Santa Teresa de Jesús. Ávila. (c) Fotografía: José Luis Molina |
Las palabras de Isaías sonaban, claras y tonantes. Un débil rayo de sol que caía, ya azulado, ya rosa, desde la cúpula de pechinas sostenidas por los cuatro evangelistas hasta el centro del presbiterio, daba un aspecto casi inquietante a la figura del preste. No tenía ningún síntoma de emoción. Lentamente recitaba las palabras como impregnado de su significado, como si él mismo fuese la Palabra. Severos gestos dignos acompañaban las textuales voces. La escasa gente que asistía a esta misa matinal le escuchaba con atención. O con comodidad. La mirada, encandilada por el sol naciente y la luz del altar mayor, pasaba del sacerdote al barroco altar, como en juego de desenfoque, según la salmodia adormilaba el cerebro.
No había advertencia para ninguna situación concreta. Apenas referencia alguna que reconocer. Correspondía al tal domingo la lectura concluida y, como por oficio, había sido comunicada a los asistentes.

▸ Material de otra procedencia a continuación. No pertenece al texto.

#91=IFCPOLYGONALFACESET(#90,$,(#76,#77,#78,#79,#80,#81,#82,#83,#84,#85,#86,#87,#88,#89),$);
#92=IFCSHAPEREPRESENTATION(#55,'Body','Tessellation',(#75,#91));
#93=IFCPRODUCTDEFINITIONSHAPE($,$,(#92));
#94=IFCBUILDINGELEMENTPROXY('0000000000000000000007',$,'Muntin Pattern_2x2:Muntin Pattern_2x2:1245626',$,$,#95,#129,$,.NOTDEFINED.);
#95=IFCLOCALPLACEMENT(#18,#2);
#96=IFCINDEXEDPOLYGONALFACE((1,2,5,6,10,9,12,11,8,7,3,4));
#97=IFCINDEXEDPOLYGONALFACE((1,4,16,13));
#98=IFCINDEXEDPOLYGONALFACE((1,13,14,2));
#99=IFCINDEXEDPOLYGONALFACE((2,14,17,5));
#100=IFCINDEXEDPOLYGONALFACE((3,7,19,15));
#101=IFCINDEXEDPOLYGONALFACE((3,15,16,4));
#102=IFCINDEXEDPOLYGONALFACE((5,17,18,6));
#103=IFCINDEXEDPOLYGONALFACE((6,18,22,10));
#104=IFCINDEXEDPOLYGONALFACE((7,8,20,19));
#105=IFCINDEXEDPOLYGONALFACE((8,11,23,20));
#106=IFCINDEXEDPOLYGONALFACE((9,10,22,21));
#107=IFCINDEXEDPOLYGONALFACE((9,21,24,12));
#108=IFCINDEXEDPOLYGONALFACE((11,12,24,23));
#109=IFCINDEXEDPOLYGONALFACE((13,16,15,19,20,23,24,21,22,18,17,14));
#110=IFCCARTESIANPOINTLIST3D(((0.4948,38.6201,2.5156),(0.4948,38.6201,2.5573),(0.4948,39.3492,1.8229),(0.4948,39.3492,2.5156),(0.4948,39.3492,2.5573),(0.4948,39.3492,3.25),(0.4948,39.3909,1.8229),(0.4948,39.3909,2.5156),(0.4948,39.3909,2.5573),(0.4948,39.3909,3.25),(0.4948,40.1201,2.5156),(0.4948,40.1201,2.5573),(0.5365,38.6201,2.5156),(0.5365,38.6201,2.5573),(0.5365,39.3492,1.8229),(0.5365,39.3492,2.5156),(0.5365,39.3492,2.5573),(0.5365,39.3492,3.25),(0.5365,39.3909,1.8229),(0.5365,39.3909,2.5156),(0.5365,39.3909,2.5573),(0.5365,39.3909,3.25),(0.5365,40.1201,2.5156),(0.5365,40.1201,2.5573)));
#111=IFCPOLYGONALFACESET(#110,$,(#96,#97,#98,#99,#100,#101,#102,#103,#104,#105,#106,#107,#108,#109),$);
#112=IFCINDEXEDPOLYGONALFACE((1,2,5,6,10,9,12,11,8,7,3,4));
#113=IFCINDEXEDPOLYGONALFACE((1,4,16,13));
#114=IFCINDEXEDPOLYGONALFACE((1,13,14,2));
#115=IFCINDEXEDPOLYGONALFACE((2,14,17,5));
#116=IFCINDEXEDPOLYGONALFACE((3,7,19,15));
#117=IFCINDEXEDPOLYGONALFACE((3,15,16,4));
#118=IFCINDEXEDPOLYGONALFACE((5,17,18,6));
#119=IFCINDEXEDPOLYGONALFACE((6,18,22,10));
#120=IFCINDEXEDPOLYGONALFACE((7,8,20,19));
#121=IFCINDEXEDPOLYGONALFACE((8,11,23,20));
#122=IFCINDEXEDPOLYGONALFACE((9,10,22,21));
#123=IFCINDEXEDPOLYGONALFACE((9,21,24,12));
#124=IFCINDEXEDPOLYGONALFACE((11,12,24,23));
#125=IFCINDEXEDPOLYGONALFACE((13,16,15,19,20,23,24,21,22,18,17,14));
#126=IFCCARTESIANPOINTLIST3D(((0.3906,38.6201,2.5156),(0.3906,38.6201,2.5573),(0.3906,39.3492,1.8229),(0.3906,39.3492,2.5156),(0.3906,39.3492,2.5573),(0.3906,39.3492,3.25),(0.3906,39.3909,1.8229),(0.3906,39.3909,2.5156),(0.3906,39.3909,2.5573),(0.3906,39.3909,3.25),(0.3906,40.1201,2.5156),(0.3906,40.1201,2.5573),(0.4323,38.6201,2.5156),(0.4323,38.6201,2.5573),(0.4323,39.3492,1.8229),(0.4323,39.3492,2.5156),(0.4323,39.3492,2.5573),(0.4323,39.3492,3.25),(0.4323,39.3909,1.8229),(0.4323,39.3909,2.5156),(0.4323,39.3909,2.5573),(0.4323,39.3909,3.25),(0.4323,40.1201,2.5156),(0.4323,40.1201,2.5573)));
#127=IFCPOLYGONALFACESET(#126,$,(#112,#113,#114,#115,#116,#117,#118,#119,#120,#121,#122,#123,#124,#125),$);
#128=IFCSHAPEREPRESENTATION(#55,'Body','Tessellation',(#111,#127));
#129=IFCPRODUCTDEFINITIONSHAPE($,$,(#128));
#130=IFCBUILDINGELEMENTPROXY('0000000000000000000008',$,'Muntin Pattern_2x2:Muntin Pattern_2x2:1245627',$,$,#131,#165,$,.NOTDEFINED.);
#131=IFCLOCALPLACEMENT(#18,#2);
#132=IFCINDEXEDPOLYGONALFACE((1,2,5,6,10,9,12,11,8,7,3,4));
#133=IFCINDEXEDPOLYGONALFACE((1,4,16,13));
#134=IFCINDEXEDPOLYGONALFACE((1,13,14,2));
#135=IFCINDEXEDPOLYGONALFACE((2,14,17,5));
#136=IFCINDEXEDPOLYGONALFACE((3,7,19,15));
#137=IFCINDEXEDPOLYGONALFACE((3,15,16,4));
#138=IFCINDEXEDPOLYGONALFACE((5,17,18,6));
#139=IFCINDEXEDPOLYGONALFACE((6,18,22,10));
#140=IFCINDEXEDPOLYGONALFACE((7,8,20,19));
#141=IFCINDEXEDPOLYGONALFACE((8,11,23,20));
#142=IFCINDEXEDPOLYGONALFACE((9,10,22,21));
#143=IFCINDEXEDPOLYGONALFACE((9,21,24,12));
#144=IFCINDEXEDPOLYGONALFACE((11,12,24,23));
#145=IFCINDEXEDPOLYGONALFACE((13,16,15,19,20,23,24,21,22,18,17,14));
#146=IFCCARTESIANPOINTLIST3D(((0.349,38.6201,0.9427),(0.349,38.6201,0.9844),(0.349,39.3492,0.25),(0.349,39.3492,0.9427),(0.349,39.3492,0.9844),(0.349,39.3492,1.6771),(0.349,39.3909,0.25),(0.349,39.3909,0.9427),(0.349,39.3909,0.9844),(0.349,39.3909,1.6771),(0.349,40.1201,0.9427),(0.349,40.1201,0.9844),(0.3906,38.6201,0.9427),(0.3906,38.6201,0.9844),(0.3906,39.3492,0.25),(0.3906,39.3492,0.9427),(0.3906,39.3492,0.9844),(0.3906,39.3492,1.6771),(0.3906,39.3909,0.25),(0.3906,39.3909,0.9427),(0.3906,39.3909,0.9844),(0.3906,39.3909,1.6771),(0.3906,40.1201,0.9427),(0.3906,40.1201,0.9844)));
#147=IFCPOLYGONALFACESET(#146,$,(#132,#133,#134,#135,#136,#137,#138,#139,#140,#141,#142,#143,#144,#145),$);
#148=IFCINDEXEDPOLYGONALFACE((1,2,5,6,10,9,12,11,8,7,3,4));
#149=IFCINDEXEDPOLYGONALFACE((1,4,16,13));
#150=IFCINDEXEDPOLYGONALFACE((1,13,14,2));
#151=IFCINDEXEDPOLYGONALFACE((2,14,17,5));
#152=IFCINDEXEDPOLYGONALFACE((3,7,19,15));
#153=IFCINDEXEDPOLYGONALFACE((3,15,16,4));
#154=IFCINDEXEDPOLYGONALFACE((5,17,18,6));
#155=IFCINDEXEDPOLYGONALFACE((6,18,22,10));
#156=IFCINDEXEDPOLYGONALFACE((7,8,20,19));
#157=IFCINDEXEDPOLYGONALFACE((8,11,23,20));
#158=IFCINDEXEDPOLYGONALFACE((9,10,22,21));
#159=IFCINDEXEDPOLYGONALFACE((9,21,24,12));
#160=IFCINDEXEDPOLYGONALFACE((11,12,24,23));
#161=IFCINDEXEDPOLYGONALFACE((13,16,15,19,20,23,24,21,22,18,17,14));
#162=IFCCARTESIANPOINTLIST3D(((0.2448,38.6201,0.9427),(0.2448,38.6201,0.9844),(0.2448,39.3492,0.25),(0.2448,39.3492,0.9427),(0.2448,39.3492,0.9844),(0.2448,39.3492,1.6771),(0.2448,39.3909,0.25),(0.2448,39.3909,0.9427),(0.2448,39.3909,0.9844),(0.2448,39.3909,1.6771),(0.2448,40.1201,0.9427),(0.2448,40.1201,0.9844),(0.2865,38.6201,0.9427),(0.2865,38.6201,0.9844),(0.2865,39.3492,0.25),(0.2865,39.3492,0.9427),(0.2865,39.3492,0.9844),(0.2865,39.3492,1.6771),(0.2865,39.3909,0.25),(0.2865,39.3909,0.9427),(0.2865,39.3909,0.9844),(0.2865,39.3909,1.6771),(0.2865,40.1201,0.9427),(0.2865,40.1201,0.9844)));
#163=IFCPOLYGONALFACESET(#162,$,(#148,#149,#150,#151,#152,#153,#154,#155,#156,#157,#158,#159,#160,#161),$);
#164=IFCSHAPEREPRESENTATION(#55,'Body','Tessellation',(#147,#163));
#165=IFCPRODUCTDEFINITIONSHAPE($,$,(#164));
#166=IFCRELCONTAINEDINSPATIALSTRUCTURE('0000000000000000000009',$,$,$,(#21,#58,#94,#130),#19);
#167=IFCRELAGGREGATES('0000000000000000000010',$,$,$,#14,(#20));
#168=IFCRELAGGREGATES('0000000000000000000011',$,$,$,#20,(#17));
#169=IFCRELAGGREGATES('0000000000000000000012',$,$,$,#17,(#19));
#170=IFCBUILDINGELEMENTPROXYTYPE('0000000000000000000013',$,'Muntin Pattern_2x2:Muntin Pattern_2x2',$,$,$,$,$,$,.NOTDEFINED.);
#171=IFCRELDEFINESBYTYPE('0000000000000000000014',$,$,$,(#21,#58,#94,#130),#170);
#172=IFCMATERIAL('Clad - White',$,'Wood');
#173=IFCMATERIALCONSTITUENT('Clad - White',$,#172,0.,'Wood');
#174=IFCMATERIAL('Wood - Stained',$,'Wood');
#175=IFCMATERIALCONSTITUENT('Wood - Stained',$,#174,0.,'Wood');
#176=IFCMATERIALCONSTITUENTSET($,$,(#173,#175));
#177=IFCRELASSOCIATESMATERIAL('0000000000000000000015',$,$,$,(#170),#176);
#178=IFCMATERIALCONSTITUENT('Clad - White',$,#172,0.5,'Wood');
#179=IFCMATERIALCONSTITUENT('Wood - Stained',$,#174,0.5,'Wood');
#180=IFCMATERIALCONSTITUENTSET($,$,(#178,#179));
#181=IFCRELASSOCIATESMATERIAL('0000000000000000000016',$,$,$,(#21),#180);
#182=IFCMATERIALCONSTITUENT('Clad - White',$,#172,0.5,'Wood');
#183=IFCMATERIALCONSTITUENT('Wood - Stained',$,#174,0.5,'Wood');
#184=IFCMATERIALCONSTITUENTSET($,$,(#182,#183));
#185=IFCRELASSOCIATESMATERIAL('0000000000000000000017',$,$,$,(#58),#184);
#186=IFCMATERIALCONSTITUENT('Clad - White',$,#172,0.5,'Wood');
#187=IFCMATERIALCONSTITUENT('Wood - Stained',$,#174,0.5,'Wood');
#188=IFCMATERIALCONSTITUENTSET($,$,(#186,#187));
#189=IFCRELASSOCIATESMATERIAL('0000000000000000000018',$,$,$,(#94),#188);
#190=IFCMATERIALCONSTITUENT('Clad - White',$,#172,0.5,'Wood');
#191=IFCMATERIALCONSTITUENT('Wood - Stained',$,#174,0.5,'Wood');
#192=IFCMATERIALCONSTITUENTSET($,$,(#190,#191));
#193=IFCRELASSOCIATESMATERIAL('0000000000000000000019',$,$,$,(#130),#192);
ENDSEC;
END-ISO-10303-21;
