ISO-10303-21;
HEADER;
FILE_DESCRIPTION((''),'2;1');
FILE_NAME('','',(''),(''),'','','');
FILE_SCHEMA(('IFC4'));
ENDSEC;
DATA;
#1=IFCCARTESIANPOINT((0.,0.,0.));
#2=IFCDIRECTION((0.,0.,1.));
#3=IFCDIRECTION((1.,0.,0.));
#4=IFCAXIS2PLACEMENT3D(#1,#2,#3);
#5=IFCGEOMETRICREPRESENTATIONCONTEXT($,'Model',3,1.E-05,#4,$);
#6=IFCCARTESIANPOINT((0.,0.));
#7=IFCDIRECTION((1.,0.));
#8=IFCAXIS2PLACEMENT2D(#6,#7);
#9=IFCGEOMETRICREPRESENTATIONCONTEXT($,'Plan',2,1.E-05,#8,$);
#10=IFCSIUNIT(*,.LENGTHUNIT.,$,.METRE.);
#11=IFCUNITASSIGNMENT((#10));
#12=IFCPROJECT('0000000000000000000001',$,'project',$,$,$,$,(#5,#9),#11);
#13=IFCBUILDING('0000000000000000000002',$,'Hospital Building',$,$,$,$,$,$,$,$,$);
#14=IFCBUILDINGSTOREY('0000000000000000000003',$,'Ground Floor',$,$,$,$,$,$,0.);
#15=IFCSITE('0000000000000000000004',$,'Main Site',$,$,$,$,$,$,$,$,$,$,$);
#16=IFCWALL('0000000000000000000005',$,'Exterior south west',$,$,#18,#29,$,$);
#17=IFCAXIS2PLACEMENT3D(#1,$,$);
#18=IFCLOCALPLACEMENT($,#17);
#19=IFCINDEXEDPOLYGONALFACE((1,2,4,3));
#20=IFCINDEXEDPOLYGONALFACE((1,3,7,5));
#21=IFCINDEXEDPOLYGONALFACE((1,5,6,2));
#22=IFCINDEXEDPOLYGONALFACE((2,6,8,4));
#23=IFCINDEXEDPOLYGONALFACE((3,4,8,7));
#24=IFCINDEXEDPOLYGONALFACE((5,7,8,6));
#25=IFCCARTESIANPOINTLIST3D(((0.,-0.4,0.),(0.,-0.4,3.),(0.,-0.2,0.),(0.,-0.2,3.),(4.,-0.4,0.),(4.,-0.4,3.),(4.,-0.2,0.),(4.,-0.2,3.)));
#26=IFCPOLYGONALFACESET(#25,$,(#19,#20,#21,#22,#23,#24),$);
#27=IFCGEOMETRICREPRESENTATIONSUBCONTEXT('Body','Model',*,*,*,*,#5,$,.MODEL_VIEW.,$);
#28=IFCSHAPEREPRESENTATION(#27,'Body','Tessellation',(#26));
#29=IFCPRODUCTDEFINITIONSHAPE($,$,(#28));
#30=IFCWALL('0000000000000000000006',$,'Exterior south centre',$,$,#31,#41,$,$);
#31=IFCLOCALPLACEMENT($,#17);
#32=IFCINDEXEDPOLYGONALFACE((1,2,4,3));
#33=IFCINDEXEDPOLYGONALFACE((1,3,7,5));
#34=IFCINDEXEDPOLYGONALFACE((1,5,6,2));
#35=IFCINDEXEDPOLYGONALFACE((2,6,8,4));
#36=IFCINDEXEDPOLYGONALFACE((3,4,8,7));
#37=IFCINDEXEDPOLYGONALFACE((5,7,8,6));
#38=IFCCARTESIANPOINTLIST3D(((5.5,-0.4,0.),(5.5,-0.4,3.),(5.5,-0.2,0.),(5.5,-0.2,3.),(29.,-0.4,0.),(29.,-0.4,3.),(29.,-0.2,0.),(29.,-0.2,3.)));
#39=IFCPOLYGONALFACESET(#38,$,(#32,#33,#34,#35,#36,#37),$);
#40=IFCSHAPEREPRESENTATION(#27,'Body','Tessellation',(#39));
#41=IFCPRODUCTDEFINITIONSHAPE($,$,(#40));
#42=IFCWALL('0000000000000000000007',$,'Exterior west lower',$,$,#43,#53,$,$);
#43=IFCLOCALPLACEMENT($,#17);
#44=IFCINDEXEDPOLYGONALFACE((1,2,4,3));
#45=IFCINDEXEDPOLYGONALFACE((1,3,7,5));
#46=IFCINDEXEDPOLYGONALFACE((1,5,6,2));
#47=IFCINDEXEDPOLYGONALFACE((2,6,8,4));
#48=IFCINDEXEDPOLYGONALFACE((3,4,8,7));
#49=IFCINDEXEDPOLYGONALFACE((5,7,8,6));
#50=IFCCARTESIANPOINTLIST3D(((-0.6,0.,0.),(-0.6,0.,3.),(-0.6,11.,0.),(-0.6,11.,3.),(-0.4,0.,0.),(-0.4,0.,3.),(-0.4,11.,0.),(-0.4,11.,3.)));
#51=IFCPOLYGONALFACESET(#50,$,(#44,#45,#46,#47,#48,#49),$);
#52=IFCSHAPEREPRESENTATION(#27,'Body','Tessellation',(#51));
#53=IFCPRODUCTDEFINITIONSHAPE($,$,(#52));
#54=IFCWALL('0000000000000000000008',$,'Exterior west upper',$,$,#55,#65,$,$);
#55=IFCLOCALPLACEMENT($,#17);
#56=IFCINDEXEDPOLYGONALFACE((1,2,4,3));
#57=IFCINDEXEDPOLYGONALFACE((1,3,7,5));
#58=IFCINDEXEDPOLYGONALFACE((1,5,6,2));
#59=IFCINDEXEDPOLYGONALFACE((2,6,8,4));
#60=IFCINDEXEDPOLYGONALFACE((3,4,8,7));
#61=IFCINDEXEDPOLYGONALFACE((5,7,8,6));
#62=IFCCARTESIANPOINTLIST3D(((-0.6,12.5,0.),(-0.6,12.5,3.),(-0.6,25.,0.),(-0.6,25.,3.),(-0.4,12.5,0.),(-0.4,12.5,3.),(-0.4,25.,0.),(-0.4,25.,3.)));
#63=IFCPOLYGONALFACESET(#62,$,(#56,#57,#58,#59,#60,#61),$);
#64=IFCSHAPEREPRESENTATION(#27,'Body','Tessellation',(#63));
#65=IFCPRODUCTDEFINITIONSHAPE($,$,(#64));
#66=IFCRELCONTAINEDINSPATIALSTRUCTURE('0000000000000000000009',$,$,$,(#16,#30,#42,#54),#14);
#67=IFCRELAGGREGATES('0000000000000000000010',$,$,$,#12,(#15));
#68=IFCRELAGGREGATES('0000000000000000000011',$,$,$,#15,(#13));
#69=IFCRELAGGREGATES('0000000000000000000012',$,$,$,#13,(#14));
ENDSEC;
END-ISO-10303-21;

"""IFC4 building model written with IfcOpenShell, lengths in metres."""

from ifc_helpers import new_model, si_unit, frame, origin_with_axes, origin_2d_with_axis, place, context, subcontext, project, spatial, indexed_curve, outline, extrude, element, save


model = new_model("IFC4")

# Units and contexts
model_context = context("Model", 3, precision=1e-05, world=origin_with_axes())
plan_context = context("Plan", 2, precision=1e-05, world=origin_2d_with_axis())
body_context = subcontext(model_context, "Body", "Model", "MODEL_VIEW")
ifc_project = project(units=[si_unit("LENGTHUNIT", "METRE")], contexts=[model_context, plan_context])

# Site, building, storey
site = spatial("IfcSite", under=ifc_project, Name="Main Site")
building = spatial("IfcBuilding", under=site, Name="Hospital Building")
storey = spatial("IfcBuildingStorey", under=building, Name="Ground Floor", Elevation=0.0)

# Walls
wall_1_placement = place(None, frame((0.0, -0.4, 0.0), z_axis=(0.0, 0.0, 1.0), x_axis=(1.0, 0.0, 0.0)))
element("IfcWall", 1, at=wall_1_placement, inside=storey, Name="Exterior south west", context=body_context, shape_type="SweptSolid", body=[
    extrude(outline(indexed_curve([(0.0, 0.0), (0.0, 0.2), (4.0, 0.2), (4.0, 0.0), (0.0, 0.0)], self_intersect=False)), origin_with_axes(), (0.0, 0.0, 1.0), 3.0),
])
wall_2_placement = place(None, frame((5.5, -0.4, 0.0), z_axis=(0.0, 0.0, 1.0), x_axis=(1.0, 0.0, 0.0)))
element("IfcWall", 2, at=wall_2_placement, inside=storey, Name="Exterior south centre", context=body_context, shape_type="SweptSolid", body=[
    extrude(outline(indexed_curve([(0.0, 0.0), (0.0, 0.2), (23.5, 0.2), (23.5, 0.0), (0.0, 0.0)], self_intersect=False)), origin_with_axes(), (0.0, 0.0, 1.0), 3.0),
])
wall_3_placement = place(None, frame((-0.4, 0.0, 0.0), z_axis=(0.0, 0.0, 1.0), x_axis=(0.0, 1.0, 0.0)))
element("IfcWall", 3, at=wall_3_placement, inside=storey, Name="Exterior west lower", context=body_context, shape_type="SweptSolid", body=[
    extrude(outline(indexed_curve([(0.0, 0.0), (0.0, 0.2), (11.0, 0.2), (11.0, 0.0), (0.0, 0.0)], self_intersect=False)), origin_with_axes(), (0.0, 0.0, 1.0), 3.0),
])
wall_4_placement = place(None, frame((-0.4, 12.5, 0.0), z_axis=(0.0, 0.0, 1.0), x_axis=(0.0, 1.0, 0.0)))
element("IfcWall", 4, at=wall_4_placement, inside=storey, Name="Exterior west upper", context=body_context, shape_type="SweptSolid", body=[
    extrude(outline(indexed_curve([(0.0, 0.0), (0.0, 0.2), (12.5, 0.2), (12.5, 0.0), (0.0, 0.0)], self_intersect=False)), origin_with_axes(), (0.0, 0.0, 1.0), 3.0),
])

save(model, "model.ifc")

Si existía algo de ansia interior en la mente del oficiante, no ninguna manera la dejaba traslucir. Era fresca la mañana. En aquel recinto tan enorme, de columnas como bloques, retumbaba extrañamente la voz. Se presentía un escalofrío y la gente se acurrucaba, cada cual en su asiento. De vez en vez, se oscurecía el ambiente, la luz parpadeaba, un niño adormilado gemequeaba, alguna vieja suspiraba, un portazo sonaba lejano, procedente de la sacristía.
Acabó su breve plática y continuó oficiando su misterio. Cuando iba a lavar sus manos entre los inocentes, he aquí que unos individuos, ocultos quizá por el magno velo del templo, se las apresaron con una cuerda y tiraron de él para sacarlo a la calle.
El de alba túnica y estola siguió mansamente a sus opresores, mirando levemente la ofrenda de lo que ya no se iba a sacrificar. Alzó un suave cómodo vuelo la mariposa de luz, quizá por el hálito venido de Dios sabe dónde, que casi apaga el velón pascual anunciador de la nueva. Agudos acordes de fuga dramatizaron la salida. Apenas de puede ver emoción en los sayones. Ciertamente inexpresivos, cumplían su rito de castigo, su plan ordenado, profesional y educadamente, con toda compostura, sin desmanes y hasta, es posible, con cierto cuidado. De cuando en cuando, alguna mirada al preste, pero nada de empellones, ni una bofetada, ni una blasfemia. Quizá el sacerdote hubiese preferido algo de emoción, de humanidad, en sus rostros. Admitía el odio y, si le apretaban, casi la crueldad. Pero no ese impasible plan y ejecución. Sin embargo, no se daba cuenta de que a él tampoco le afectaba mucho la situación. Ni le emocionaba. Nada le era agobiante. Había sido casi delicadamente sacado de la celebración. Nadie le empujaba, ni escupía. No había multitudes vociferantes, los pocos transeúntes del domingo apenas reparaban en él, cada cual a lo suyo. No iba ni como oveja, ni como nada. No sabía qué, aunque de todos modos algo intuía por el camino tomado. ¿Por qué recordaba ahora la liturgia del Oficio de Tinieblas? ¿Por qué aquel candelabro de siete brazos, siete veces apagado, aquel ruido de carraca, el grave tono gregoriano, percutía en su cerebro preparándole para la zarza? Pero ni Moisés, ni siquiera Isaías, cuya lectura había comentado, ni los personajes, le decían nada, acabada la conformidad de vida en un desaliento por la incapacidad de la influencia.
Todo seguía igual en el templo. Resonaban en él las palabras de justicia, la convocatoria del amor, la imprecación, los ayes, la promesa de mejor vida, de salvación, de espíritu divino. Continuaban las viejas en sus bancos, murmuradoras de oraciones devotas, recitadoras de ensalmos aprendidos de memoria y susurrados mil veces, arrebujadas, ansiando liberarse del frío, esperando la culminación del rito.
La hubiera gustado entristecerse al sacerdote, les hubiera gustado la necesidad urgente de compañía, pero sólo sentía una sequedad agreste en la boca, cierto sentido de miedo incrustado en el estómago. Resonaban lentos sus pasos por la calle adoquinada. La misma calle que había recibido las pisadas de multitud de hombres y mujeres, con sus sentires, ambiciones, problemas, angustias. Calle de agonía por la que, durante años, habían desfilado filas penitenciales, moradas túnicas lívidas, con paso cansino por el peso del símbolo, por la carga del madero en los hombros. Calles por las que después seguirían pasando los dolorosos desfiles, memoria de otros golpes, otras caídas, consecuencia de otra vocación.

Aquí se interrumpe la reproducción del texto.